Habría que hacer un día inventario de las deudas que con la Iglesia han contraído, durante siglos, los españolitos. Sin duda, el resultado sería tan inaudito como inagotable. Desde la institucionalización del pecado hasta los complejos “de cintura para abajo” (como decía recientemente algún tertuliano televisivo), la sublimación del sufrimiento, la redención por el martirio, la creación de galerías y galerías de mártires y de santos, milagros, proselitismo, evangelización.
La gente reza a san Francisco Javier, a san Antonio (el casamentero) o a san Pancracio (el de los perejiles). Tan santos como san Josemari (no, Aznar no: Escrivá de Balaguer): fundador del Opus y hecho santo por la Iglesia un puñado de años atrás.

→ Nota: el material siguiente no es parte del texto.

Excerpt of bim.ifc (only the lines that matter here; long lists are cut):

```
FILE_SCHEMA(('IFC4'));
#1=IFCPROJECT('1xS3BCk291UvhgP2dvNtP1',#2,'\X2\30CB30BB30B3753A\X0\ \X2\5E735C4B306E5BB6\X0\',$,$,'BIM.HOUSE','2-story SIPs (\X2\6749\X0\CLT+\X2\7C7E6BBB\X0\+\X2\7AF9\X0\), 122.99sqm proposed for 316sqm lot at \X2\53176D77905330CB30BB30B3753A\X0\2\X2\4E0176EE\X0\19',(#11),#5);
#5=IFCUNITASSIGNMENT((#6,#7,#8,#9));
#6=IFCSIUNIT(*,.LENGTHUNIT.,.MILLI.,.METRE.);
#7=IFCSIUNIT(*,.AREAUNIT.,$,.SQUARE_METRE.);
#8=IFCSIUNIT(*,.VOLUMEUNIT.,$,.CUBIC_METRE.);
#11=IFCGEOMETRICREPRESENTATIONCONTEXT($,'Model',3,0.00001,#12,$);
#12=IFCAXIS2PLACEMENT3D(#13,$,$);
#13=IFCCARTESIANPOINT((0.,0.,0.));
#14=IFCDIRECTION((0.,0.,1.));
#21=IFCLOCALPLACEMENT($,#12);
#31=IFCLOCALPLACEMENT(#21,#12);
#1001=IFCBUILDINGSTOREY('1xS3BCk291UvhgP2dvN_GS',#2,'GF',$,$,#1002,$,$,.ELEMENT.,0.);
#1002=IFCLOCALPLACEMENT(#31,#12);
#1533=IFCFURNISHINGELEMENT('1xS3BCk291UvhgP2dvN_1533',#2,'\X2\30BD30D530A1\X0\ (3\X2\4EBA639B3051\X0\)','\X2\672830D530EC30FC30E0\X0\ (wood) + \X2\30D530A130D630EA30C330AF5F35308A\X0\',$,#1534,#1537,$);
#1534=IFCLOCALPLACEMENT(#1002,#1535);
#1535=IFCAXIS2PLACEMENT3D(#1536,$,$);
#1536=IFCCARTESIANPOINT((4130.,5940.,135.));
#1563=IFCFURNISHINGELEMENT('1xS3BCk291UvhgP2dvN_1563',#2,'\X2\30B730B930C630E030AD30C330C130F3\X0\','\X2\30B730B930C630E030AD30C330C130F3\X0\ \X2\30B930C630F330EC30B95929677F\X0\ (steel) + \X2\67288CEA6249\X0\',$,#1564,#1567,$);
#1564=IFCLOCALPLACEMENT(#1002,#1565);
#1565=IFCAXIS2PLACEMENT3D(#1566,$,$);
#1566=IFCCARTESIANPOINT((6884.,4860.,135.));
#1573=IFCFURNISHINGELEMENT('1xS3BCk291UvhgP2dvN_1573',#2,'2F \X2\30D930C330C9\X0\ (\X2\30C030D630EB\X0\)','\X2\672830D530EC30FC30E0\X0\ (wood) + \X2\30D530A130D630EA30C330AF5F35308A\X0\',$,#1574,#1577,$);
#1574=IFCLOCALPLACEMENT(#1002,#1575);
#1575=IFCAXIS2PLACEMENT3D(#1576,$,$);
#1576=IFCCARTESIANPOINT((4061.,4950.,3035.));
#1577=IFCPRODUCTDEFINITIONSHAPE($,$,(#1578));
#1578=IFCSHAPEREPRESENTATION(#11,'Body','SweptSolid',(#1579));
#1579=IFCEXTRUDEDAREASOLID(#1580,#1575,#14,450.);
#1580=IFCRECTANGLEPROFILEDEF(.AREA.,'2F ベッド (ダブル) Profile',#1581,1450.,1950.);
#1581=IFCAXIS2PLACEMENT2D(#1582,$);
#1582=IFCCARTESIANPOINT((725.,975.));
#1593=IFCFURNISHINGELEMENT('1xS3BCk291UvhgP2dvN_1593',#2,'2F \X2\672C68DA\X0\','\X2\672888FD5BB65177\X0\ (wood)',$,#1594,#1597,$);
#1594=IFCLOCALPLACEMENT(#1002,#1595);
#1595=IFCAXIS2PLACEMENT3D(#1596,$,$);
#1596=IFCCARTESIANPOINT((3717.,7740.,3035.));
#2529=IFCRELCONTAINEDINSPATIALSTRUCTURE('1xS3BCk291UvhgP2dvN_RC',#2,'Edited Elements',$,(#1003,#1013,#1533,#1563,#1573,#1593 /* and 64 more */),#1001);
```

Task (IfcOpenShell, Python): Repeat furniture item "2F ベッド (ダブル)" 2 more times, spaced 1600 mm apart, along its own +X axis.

```python
import ifcopenshell
import ifcopenshell.api.geometry
import ifcopenshell.api.root
import ifcopenshell.util.element
import ifcopenshell.util.placement

model = ifcopenshell.open("bim.ifc")


def reuse_history(source, copy):
    """copy_class also copies each property set's owner history, people and application; keep the originals."""
    for rel in copy.IsDefinedBy:
        if rel.is_a("IfcRelDefinesByProperties") and (history := rel.RelatingPropertyDefinition.OwnerHistory):
            rel.RelatingPropertyDefinition.OwnerHistory = source.OwnerHistory
            ifcopenshell.util.element.remove_deep2(model, history)


source = model.by_id(1573)
base = ifcopenshell.util.placement.get_local_placement(source.ObjectPlacement)
step = base[:3, 0] * 1600.0

for i in range(1, 3):
    copy = ifcopenshell.api.root.copy_class(model, product=source)
    copy.Representation = ifcopenshell.util.element.copy_deep(
        model, source.Representation, exclude=["IfcGeometricRepresentationContext", "IfcRepresentationMap"]
    )
    reuse_history(source, copy)
    matrix = base.copy()
    matrix[:3, 3] += i * step
    print("added at", matrix[:3, 3].round(3) + 0.0)
    ifcopenshell.api.geometry.edit_object_placement(model, product=copy, matrix=matrix, is_si=False)

model.write("bim_v2.ifc")
```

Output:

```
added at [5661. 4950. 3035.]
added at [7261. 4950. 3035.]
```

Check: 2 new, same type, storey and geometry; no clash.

La Iglesia pide respeto. Pide tolerancia. Y yo reivindico el derecho a ser intolerante, intolerante con la estupidez. Más, ahora que la Iglesia ha vuelto a meterse en política (como si alguna vez no lo hubiera hecho) y, sin disimulos, sin complejos, se echa a la calle a pedir el voto. Claro, para el PP.
Recuerdo, muchos años atrás, cuando yo era chica, un episodio que se repetía, en el pueblo donde vivíamos, cada cuatro años, en fecha de elecciones: las monjas del asilo, llevando a filas y filas de ancianos a las urnas, para hacerles votar a la vieja Alianza Popular: PP, hoy.

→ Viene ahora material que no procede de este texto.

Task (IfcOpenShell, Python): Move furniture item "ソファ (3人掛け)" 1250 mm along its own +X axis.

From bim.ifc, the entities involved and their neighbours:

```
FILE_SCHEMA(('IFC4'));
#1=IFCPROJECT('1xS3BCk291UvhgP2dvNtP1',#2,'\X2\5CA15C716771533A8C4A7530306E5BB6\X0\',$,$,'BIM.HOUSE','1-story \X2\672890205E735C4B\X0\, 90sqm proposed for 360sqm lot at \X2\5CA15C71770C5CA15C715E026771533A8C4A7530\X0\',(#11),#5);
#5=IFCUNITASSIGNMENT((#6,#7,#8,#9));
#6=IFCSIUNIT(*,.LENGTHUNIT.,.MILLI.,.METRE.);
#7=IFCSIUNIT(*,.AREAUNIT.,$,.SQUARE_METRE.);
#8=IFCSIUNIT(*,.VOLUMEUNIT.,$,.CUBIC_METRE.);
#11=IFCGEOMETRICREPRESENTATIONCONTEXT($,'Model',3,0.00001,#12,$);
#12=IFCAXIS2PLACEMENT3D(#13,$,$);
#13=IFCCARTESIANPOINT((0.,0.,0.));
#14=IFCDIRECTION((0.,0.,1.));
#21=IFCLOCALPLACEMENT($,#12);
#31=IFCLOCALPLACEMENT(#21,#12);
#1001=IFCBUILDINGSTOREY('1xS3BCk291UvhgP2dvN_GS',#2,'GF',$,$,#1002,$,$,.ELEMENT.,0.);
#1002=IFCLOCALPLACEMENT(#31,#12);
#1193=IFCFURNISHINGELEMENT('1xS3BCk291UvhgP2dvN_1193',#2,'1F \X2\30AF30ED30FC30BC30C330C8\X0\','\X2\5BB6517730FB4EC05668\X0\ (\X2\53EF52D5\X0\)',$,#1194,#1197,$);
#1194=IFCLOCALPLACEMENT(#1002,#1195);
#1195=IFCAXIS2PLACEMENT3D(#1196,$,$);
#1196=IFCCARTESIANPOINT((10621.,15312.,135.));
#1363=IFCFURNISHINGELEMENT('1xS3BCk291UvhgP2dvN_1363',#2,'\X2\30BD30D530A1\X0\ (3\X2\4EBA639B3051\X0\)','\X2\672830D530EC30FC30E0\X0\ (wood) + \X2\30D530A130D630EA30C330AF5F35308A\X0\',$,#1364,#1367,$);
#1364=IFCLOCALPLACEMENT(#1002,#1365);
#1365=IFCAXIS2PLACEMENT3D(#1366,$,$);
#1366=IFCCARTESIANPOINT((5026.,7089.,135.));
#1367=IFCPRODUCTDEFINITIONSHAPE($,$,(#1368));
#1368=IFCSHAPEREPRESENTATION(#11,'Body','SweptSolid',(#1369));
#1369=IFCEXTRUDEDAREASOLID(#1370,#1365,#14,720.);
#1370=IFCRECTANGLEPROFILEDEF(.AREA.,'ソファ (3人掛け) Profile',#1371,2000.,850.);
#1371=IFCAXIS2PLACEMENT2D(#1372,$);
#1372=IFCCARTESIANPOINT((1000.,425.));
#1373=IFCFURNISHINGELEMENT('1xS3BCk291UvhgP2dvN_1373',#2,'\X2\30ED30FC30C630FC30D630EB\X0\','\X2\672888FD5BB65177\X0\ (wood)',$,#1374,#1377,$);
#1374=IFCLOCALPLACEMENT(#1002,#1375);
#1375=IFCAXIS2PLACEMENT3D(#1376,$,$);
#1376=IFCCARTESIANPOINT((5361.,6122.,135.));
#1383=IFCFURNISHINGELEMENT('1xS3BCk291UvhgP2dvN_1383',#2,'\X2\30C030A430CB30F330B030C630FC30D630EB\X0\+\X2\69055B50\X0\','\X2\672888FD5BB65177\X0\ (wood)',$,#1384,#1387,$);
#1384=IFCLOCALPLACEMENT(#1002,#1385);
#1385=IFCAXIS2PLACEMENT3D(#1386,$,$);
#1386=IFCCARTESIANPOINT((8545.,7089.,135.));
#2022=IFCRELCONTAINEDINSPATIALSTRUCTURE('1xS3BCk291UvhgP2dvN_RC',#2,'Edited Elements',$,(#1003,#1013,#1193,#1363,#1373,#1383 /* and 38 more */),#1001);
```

```python
import ifcopenshell
import ifcopenshell.api.geometry
import ifcopenshell.util.placement

model = ifcopenshell.open("bim.ifc")

item = model.by_guid("1xS3BCk291UvhgP2dvN_1363")
matrix = ifcopenshell.util.placement.get_local_placement(item.ObjectPlacement)
matrix[:3, 3] += matrix[:3, 0] * 1250.0
ifcopenshell.api.geometry.edit_object_placement(model, product=item, matrix=matrix, is_si=False)

print(ifcopenshell.util.placement.get_local_placement(item.ObjectPlacement).round(3) + 0.0)

model.write("bim-out.ifc")
```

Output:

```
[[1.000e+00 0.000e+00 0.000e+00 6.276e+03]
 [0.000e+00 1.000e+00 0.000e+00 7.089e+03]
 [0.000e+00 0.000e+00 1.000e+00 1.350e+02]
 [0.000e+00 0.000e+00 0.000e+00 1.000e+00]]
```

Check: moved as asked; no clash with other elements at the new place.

A las duras y a las maduras. Pero, sobre todo, a las duras. Cuando la Iglesia está en apuros, viene en su auxilio la derechona vieja (y la nueva: que hay que ver a los curas melenudos y las rubias con cara de pocas misas). Y, cuando es el PP el que necesita apoyos, ahí está la Iglesia, a pie de calle, con sus sotanas a lo loco.
Me dirán que hay curas marxistas, que existe una teología de la liberación, que hay misioneros que nada tienen que ver con la jerarquía vaticana. Nadie se engañe: a lo sumo, hay buenas personas que, por comodidad, ignorancia o desconocimiento, adhieren el doctrinario cristiano y se creen que la Iglesia es cosa distinta. No es así. En el invento del cristianismo, quedó fijada toda una (anti)ética desconocida hasta entonces: una creencia artificial, elaborada, mezcla de mitologías y de judaísmo, sin que lograra conservar la grandeza de las primeras ni la nobleza del segundo. Porque el cristianismo transforma la moral judía, al punto de hacerla irreconocible: así, el judaísmo no admite nombrar ni representar a Dios, ni beatificar o santificar a nadie, ni hacer peticiones a un muerto (tal como efectivamente construye la imaginería cristiana); ni crear estatuas, que se consideran ídolos; ni recrearse en la muerte, ni exponer a un cadáver a vista pública durante días (práctica habitual entre cristianos y paganos de todo signo); ni la intermediación en la relación de cada hombre con Dios (por eso no existe la confesión); quedan terminantemente prohibidos evangelización o proselitismos; no se niega la vida, en sus goces ni en sus miserias; ni se admitiría la procesión de un hombre magullado, víctima de escarnio. El cristianismo no hereda los valores del judaísmo ni los de las mitologías: la fuerza que éstas priorizan; la exaltación de la voluntad humana; la capacidad del hombre, frente a los dioses; el libre albedrío.
Al cristianismo no interesa la ciencia, como, efectivamente, desde siempre, interesó tanto al judaísmo como a las tradiciones paganas, desde Egipto, Grecia o Roma. Sin embargo, se asienta en mitad del escenario, y acaba barriendo con todos los cultos que le salen al paso. Algo tendrá la Iglesia, para haberse extendido en esa forma, por todos los países y en todos los tiempos. Algo tendrá, algo tiene: poder e infraestructura. Que compensan holgadamente la falta de veracidad.